Transparency Requirements

For the first, the bill imposes transparency requirements.  It would require facilities to inform prospective patients about their network status, provide information on the network status of employed physicians, and advise them to inquire as to the network status of those who are not.  It also requires that they provide information on their websites including standard rates.

Health care professionals are also required to provide internet or written disclosure of the plans in which they participate.  If they are out-of-network, they are required to provide an estimate of how much they will bill upon request, and let the patient know that they will have a financial responsibility for amounts not covered.

The law also requires insurers to, among other things:

  • Update their on-line provider directory within 20 days of the addition or deletion of a provider from their network;
  • Provide a clear description of the plan’s out-of-network benefits, including the methodology to determine the allowed amount for out-of-network services; and
  • Provide examples of anticipated costs for frequently billed out-of-network services.

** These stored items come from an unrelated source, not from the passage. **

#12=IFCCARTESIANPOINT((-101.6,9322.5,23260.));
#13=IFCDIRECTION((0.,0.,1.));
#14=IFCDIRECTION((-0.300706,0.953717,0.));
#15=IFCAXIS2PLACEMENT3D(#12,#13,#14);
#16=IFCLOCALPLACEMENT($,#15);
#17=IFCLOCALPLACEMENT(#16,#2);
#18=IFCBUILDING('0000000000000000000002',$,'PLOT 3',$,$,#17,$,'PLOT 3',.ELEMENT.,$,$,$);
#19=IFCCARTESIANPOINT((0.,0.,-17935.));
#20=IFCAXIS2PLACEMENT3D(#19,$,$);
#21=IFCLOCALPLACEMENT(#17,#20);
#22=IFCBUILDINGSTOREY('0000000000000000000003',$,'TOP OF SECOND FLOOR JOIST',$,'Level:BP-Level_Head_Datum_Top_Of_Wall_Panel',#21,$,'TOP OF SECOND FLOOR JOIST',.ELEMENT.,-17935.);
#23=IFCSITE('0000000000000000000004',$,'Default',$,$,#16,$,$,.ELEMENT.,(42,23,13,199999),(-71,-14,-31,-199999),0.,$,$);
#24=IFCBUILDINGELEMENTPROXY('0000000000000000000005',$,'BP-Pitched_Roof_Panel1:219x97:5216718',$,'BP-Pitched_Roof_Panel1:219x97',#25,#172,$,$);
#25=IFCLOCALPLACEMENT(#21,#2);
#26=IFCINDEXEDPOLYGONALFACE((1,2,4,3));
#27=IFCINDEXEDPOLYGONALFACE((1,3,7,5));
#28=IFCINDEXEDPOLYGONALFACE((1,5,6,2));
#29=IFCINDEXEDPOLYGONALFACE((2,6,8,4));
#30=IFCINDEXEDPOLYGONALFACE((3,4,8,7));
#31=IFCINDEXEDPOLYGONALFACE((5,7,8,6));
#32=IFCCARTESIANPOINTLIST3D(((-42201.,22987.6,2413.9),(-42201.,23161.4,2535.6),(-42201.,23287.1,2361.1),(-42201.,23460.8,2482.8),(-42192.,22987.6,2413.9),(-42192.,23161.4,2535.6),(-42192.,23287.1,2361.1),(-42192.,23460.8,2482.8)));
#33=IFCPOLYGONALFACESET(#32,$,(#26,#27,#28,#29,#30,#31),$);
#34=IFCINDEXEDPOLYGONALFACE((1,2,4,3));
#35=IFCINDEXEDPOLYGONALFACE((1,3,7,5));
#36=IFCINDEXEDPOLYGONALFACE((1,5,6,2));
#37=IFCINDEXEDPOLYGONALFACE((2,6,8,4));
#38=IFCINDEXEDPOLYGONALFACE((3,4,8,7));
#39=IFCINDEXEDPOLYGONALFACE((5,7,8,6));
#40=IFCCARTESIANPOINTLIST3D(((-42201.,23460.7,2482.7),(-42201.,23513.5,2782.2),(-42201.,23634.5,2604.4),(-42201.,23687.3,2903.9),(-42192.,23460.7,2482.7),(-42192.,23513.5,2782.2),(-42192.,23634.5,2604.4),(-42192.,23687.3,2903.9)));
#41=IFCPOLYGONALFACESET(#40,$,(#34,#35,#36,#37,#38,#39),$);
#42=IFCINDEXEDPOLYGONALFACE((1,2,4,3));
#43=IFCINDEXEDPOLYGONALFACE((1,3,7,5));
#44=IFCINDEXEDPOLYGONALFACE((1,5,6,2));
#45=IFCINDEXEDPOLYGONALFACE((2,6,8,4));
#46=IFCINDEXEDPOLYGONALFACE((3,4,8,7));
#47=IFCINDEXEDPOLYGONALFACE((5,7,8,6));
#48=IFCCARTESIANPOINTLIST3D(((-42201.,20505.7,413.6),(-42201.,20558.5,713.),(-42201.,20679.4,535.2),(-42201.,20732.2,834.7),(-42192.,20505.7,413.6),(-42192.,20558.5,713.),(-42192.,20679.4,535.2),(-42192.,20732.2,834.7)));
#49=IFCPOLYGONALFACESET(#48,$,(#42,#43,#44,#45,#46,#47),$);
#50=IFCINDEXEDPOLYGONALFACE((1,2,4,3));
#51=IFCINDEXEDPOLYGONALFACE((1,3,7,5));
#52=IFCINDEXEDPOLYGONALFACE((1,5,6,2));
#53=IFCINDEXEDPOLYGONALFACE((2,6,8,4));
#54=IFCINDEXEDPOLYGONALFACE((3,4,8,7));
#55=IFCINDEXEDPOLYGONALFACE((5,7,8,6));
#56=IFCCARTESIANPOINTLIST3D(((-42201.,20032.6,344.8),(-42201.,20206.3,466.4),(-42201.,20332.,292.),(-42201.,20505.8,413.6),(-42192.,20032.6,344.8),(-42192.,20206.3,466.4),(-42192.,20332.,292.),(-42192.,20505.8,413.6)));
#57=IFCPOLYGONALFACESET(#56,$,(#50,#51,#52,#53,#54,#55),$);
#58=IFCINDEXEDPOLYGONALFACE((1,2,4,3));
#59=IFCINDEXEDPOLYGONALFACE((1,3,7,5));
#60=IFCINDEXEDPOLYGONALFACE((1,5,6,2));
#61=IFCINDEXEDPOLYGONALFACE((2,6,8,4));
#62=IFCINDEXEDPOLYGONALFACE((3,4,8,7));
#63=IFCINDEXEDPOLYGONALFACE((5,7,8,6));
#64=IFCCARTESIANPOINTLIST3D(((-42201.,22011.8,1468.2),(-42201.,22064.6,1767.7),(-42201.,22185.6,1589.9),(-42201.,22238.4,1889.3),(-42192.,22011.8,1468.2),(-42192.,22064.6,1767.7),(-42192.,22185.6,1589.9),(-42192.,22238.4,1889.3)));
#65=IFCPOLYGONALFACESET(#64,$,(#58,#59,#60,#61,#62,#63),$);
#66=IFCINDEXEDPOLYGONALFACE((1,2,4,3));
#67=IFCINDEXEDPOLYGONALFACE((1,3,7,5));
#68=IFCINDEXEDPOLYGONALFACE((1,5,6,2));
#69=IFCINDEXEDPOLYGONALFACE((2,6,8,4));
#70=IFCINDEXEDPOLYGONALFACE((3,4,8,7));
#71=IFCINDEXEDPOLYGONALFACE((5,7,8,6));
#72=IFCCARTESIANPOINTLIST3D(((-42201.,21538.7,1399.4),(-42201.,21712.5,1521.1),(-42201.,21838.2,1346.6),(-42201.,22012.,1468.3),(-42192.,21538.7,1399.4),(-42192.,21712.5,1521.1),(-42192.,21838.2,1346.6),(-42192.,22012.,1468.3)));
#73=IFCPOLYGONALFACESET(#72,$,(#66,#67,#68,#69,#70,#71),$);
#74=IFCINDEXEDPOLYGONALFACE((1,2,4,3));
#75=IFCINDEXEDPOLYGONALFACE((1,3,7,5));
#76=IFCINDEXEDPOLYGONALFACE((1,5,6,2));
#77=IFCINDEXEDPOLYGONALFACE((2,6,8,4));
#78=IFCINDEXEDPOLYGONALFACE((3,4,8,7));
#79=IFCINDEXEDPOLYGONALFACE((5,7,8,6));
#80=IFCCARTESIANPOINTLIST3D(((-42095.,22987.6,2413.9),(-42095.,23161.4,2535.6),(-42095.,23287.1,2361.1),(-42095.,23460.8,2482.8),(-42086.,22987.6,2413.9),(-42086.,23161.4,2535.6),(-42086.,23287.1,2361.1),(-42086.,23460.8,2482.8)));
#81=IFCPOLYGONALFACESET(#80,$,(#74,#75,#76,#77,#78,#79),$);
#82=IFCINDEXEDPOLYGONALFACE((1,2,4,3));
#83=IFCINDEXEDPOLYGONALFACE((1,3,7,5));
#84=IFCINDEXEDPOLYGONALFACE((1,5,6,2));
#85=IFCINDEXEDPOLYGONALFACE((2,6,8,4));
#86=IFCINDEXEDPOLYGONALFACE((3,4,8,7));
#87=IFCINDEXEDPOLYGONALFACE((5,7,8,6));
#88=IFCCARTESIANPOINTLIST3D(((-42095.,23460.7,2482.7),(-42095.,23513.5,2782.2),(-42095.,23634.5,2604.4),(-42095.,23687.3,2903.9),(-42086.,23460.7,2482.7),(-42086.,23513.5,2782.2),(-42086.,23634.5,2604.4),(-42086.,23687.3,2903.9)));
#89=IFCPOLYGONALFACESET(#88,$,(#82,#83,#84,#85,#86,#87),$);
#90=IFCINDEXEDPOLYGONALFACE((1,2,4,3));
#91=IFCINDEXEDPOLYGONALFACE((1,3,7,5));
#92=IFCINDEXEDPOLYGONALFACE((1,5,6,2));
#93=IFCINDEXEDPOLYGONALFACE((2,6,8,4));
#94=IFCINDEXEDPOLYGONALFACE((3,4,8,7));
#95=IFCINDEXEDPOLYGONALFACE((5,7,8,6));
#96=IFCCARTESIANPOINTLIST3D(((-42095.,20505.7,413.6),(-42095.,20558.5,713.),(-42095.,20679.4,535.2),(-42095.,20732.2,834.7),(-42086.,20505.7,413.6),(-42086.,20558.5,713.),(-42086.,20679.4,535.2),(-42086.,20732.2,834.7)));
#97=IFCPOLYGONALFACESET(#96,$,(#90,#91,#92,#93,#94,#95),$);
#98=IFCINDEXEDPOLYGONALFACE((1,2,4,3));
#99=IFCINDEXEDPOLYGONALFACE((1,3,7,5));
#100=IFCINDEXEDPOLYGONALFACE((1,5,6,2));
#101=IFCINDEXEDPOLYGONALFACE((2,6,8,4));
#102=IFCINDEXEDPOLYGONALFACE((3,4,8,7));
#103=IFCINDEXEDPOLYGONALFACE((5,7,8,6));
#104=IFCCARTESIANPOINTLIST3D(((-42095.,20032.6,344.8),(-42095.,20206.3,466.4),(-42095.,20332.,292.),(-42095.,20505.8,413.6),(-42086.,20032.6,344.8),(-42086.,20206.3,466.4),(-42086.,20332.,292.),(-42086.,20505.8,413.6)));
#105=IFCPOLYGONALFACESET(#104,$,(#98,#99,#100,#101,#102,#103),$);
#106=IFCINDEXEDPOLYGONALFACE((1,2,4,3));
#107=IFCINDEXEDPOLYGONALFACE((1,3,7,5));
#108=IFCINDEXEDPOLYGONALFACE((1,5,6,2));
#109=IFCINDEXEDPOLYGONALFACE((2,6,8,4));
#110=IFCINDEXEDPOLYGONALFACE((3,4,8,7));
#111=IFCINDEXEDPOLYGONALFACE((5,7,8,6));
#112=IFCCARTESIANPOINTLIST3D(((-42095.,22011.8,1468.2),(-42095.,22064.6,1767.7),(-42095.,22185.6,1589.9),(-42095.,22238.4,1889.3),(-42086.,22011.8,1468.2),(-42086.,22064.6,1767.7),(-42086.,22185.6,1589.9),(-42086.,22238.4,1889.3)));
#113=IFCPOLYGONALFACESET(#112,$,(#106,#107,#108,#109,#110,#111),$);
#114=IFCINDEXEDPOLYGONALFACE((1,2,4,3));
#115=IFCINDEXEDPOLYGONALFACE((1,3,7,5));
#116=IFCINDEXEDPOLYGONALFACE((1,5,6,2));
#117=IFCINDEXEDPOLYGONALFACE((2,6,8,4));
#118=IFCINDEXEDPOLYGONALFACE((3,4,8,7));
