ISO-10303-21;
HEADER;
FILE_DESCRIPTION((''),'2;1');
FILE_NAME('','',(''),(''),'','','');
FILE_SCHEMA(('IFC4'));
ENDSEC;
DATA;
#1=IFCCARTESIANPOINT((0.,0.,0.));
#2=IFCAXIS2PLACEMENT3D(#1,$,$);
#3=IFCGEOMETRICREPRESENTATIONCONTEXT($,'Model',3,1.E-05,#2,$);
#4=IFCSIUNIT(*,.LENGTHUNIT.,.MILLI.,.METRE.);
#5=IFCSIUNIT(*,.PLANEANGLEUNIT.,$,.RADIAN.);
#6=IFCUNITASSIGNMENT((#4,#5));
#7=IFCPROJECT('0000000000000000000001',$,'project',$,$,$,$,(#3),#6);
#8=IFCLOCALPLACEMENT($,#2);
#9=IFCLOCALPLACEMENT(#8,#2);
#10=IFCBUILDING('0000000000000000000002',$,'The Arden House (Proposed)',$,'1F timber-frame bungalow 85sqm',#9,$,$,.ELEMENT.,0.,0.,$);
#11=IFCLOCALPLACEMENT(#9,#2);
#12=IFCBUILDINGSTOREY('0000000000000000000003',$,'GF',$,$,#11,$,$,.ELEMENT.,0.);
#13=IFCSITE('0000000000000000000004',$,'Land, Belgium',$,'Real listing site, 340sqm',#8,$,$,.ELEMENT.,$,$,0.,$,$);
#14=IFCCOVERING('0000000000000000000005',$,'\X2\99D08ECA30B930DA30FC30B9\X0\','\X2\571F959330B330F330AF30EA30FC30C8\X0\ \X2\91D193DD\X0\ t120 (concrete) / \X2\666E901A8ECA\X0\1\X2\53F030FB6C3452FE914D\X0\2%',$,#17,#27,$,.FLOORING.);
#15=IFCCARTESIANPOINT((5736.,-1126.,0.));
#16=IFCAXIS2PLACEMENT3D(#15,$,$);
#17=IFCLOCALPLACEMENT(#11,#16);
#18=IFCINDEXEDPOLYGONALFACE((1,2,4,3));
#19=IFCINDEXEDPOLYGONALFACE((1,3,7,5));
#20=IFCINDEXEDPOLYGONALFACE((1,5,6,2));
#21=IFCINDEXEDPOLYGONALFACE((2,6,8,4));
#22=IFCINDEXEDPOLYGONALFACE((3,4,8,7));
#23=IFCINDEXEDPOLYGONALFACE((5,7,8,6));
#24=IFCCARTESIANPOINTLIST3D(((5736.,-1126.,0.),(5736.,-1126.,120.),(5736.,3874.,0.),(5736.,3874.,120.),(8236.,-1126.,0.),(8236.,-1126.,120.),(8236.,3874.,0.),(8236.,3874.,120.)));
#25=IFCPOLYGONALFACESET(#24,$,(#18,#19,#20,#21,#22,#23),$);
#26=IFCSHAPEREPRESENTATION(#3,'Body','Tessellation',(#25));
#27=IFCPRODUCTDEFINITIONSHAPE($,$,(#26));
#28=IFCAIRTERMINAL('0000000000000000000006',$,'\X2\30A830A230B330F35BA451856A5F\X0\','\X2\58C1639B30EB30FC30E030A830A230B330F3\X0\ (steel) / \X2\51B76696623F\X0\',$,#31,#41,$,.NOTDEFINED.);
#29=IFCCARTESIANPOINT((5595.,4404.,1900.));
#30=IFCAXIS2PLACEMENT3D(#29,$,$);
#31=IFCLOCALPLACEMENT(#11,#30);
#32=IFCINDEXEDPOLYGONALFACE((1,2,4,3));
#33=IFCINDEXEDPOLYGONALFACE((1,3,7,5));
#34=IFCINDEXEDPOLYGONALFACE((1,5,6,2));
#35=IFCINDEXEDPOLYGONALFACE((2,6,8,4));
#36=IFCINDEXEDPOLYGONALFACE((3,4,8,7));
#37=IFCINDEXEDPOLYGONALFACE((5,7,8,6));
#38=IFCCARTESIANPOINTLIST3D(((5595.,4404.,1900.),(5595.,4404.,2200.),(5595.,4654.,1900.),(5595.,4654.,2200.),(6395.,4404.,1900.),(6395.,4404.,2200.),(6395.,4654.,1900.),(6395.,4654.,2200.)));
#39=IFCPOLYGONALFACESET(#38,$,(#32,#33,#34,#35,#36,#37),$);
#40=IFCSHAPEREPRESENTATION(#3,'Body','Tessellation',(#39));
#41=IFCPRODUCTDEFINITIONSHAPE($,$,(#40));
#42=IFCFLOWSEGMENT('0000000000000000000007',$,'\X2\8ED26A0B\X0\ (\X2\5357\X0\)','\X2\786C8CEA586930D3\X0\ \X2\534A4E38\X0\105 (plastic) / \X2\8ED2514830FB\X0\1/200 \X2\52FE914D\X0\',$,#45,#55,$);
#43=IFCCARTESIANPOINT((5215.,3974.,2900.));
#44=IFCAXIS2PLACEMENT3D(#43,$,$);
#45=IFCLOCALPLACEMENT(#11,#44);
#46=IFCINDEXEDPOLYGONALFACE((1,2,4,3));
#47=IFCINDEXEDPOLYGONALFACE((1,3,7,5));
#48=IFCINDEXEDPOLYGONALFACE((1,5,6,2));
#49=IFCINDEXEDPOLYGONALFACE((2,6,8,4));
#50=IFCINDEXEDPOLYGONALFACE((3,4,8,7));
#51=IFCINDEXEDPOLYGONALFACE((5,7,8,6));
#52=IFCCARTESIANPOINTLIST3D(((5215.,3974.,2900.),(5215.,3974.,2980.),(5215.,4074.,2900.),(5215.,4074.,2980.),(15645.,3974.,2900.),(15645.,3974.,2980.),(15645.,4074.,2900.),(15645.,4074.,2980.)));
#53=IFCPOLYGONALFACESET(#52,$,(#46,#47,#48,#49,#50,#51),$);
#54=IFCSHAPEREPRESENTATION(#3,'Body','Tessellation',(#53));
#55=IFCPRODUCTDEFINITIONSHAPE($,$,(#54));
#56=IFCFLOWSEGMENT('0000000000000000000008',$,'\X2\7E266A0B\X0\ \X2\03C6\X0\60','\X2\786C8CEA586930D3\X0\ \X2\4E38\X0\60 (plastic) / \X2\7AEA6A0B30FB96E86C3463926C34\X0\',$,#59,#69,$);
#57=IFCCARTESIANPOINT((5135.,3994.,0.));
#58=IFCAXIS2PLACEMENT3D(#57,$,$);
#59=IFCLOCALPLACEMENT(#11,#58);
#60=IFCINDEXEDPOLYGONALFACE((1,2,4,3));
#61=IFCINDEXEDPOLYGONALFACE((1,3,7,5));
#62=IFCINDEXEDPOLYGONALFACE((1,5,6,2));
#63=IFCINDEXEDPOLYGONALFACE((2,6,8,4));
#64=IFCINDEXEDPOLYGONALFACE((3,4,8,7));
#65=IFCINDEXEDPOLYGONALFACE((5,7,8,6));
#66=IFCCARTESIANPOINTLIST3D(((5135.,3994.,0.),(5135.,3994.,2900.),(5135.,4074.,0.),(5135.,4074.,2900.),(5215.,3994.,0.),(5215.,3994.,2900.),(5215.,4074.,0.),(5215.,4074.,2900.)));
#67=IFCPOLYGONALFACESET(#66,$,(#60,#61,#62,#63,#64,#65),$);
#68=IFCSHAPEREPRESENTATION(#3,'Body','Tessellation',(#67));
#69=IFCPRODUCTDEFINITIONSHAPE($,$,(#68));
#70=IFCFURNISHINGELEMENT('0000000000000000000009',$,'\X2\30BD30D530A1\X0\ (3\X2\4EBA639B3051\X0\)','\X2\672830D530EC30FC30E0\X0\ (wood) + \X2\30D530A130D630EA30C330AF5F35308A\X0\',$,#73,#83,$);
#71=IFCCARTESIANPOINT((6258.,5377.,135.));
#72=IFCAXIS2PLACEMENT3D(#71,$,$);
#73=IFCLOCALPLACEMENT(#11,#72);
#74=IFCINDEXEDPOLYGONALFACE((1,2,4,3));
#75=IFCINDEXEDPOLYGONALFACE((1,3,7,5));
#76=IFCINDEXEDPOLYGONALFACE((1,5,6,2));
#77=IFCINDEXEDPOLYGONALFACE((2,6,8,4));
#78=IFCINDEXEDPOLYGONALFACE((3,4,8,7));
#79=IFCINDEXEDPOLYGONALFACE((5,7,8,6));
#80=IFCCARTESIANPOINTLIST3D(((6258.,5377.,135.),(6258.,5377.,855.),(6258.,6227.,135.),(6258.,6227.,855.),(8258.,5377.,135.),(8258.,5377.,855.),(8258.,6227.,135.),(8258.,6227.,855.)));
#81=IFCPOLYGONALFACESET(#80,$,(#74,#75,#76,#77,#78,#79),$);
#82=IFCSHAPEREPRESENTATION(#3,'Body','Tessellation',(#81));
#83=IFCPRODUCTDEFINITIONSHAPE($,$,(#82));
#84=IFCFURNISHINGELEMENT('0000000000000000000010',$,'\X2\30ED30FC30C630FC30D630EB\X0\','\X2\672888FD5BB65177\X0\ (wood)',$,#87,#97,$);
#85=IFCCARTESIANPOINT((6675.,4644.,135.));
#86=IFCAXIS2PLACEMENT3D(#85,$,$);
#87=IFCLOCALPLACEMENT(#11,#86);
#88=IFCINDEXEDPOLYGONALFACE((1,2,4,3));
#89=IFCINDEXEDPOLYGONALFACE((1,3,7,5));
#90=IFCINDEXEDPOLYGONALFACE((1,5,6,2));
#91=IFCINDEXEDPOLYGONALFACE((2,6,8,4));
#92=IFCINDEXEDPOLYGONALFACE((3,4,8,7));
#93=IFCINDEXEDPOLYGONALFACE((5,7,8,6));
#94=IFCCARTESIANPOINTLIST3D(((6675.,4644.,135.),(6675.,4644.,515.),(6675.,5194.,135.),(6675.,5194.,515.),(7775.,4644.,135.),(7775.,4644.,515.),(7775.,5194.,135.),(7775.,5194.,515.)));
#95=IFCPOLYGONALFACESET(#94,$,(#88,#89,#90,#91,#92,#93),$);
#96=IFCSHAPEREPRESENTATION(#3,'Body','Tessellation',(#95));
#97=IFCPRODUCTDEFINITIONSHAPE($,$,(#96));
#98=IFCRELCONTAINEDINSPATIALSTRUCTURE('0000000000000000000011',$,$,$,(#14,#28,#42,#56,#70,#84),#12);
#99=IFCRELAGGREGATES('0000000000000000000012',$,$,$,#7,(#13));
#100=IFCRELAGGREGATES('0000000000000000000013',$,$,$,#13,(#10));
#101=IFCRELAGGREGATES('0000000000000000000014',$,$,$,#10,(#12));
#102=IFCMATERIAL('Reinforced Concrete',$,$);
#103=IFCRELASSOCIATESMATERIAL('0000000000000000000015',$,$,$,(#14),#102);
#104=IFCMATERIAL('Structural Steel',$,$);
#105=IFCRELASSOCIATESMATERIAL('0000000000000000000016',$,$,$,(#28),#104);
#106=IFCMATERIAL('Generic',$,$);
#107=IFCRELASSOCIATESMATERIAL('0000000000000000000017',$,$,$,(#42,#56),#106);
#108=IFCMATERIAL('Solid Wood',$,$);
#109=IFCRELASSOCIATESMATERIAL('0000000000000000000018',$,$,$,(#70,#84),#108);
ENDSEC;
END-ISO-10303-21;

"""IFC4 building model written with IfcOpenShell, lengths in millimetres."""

from ifc_helpers import new_model, si_unit, frame, frame_2d, origin, place, context, project, spatial, rectangle, extrude, material, element, save


model = new_model("IFC4")

# Units and contexts
model_context = context("Model", 3, precision=1e-05, world=origin())
ifc_project = project(units=[si_unit("LENGTHUNIT", "METRE", prefix="MILLI"), si_unit("PLANEANGLEUNIT", "RADIAN")], contexts=[model_context])

# Site, building, storey
site_placement = place(None, origin())
site = spatial("IfcSite", under=ifc_project, at=site_placement, Name="Land, Belgium", ObjectType="Real listing site, 340sqm", CompositionType="ELEMENT", RefElevation=0.0)
building_placement = place(site_placement, origin())
building = spatial("IfcBuilding", under=site, at=building_placement, Name="The Arden House (Proposed)", ObjectType="1F timber-frame bungalow 85sqm", CompositionType="ELEMENT", ElevationOfRefHeight=0.0, ElevationOfTerrain=0.0)
storey_placement = place(building_placement, origin())
storey = spatial("IfcBuildingStorey", under=building, at=storey_placement, Name="GF", CompositionType="ELEMENT", Elevation=0.0)

# Shared definitions
ifc_material_1 = material(Name="Solid Wood")

# Shared definitions
ifc_material_2 = material(Name="Reinforced Concrete")

# Shared definitions
ifc_material_3 = material(Name="Structural Steel")

# Covering
ifc_material_4 = material(Name="Generic")
covering_1_placement = place(storey_placement, frame((5736.0, -1126.0, 0.0)))
element("IfcCovering", 1, at=covering_1_placement, inside=storey, material=ifc_material_2, Name="駐車スペース", Description="土間コンクリート 金鏝 t120 (concrete) / 普通車1台・水勾配2%", PredefinedType="FLOORING", context=model_context, shape_type="SweptSolid", body=[
    extrude(rectangle(XDim=2500.0, YDim=5000.0, at=frame_2d((1250.0, 2500.0))), frame((5736.0, -1126.0, 0.0)), (0.0, 0.0, 1.0), 120.0),
])

# Air terminal
air_terminal_placement = place(storey_placement, frame((5595.0, 4404.0, 1900.0)))
element("IfcAirTerminal", 2, at=air_terminal_placement, inside=storey, material=ifc_material_3, Name="エアコン室内機", Description="壁掛ルームエアコン (steel) / 冷暖房", PredefinedType="NOTDEFINED", context=model_context, shape_type="SweptSolid", body=[
    extrude(rectangle(XDim=800.0, YDim=250.0, at=frame_2d((400.0, 125.0))), frame((5595.0, 4404.0, 1900.0)), (0.0, 0.0, 1.0), 300.0),
])

# Flow segments
flow_segment_1_placement = place(storey_placement, frame((5215.0, 3974.0, 2900.0)))
element("IfcFlowSegment", 3, at=flow_segment_1_placement, inside=storey, material=ifc_material_4, Name="軒樋 (南)", Description="硬質塩ビ 半丸105 (plastic) / 軒先・1/200 勾配", context=model_context, shape_type="SweptSolid", body=[
    extrude(rectangle(XDim=10430.0, YDim=100.0, at=frame_2d((5215.0, 50.0))), frame((5215.0, 3974.0, 2900.0)), (0.0, 0.0, 1.0), 80.0),
])
flow_segment_2_placement = place(storey_placement, frame((5135.0, 3994.0, 0.0)))
element("IfcFlowSegment", 4, at=flow_segment_2_placement, inside=storey, material=ifc_material_4, Name="縦樋 φ60", Description="硬質塩ビ 丸60 (plastic) / 竪樋・雨水排水", context=model_context, shape_type="SweptSolid", body=[
    extrude(rectangle(XDim=80.0, YDim=80.0, at=frame_2d((40.0, 40.0))), frame((5135.0, 3994.0, 0.0)), (0.0, 0.0, 1.0), 2900.0),
])

# Furnishing elements
furnishing_1_placement = place(storey_placement, frame((6258.0, 5377.0, 135.0)))
element("IfcFurnishingElement", 5, at=furnishing_1_placement, inside=storey, material=ifc_material_1, Name="ソファ (3人掛け)", Description="木フレーム (wood) + ファブリック張り", context=model_context, shape_type="SweptSolid", body=[
    extrude(rectangle(XDim=2000.0, YDim=850.0, at=frame_2d((1000.0, 425.0))), frame((6258.0, 5377.0, 135.0)), (0.0, 0.0, 1.0), 720.0),
])
furnishing_2_placement = place(storey_placement, frame((6675.0, 4644.0, 135.0)))
element("IfcFurnishingElement", 6, at=furnishing_2_placement, inside=storey, material=ifc_material_1, Name="ローテーブル", Description="木製家具 (wood)", context=model_context, shape_type="SweptSolid", body=[
    extrude(rectangle(XDim=1100.0, YDim=550.0, at=frame_2d((550.0, 275.0))), frame((6675.0, 4644.0, 135.0)), (0.0, 0.0, 1.0), 380.0),
])

save(model, "model.ifc")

Billing for Non-discretionary Services

The more controversial aspect of the bill has been the process to resolve billing disputes for emergency and other nondiscretionary uses of out-of-network services (the latter are referred to in the bill as “inadvertent out-of-network services”).

If a carrier and out-of-network provider cannot agree to a reimbursement rate, a carrier, facility, or covered person can initiate binding arbitration.

The bill anticipates that the Department of Banking and Insurance would contract with one or more firms to perform the arbitrations.  If a party initiates arbitration, the arbitrator would review the final amount offered by the carrier, and the final amount demanded by the provider, and the decision will have to be one of the two amounts.

The Federal Employee Retirement Income Security Act preempts state laws that relate to employee benefit plans, with the notable exception of state insurance law.  Because of this preemption, the arbitration is mandatory for insured plans, but not for self-insured employee welfare benefits plans.  It does, however, include a provision under which self-insured plans may opt in to the arbitration process, in which case the prohibition on balance billing, and the decision of the arbitrator, are both binding.

S485 was released by the Senate Commerce Committee and A2039 was released by the Assembly Appropriations Committee this past Thursday afternoon. It is expected that the bills will head to the floor of both houses for a full vote on April 12th.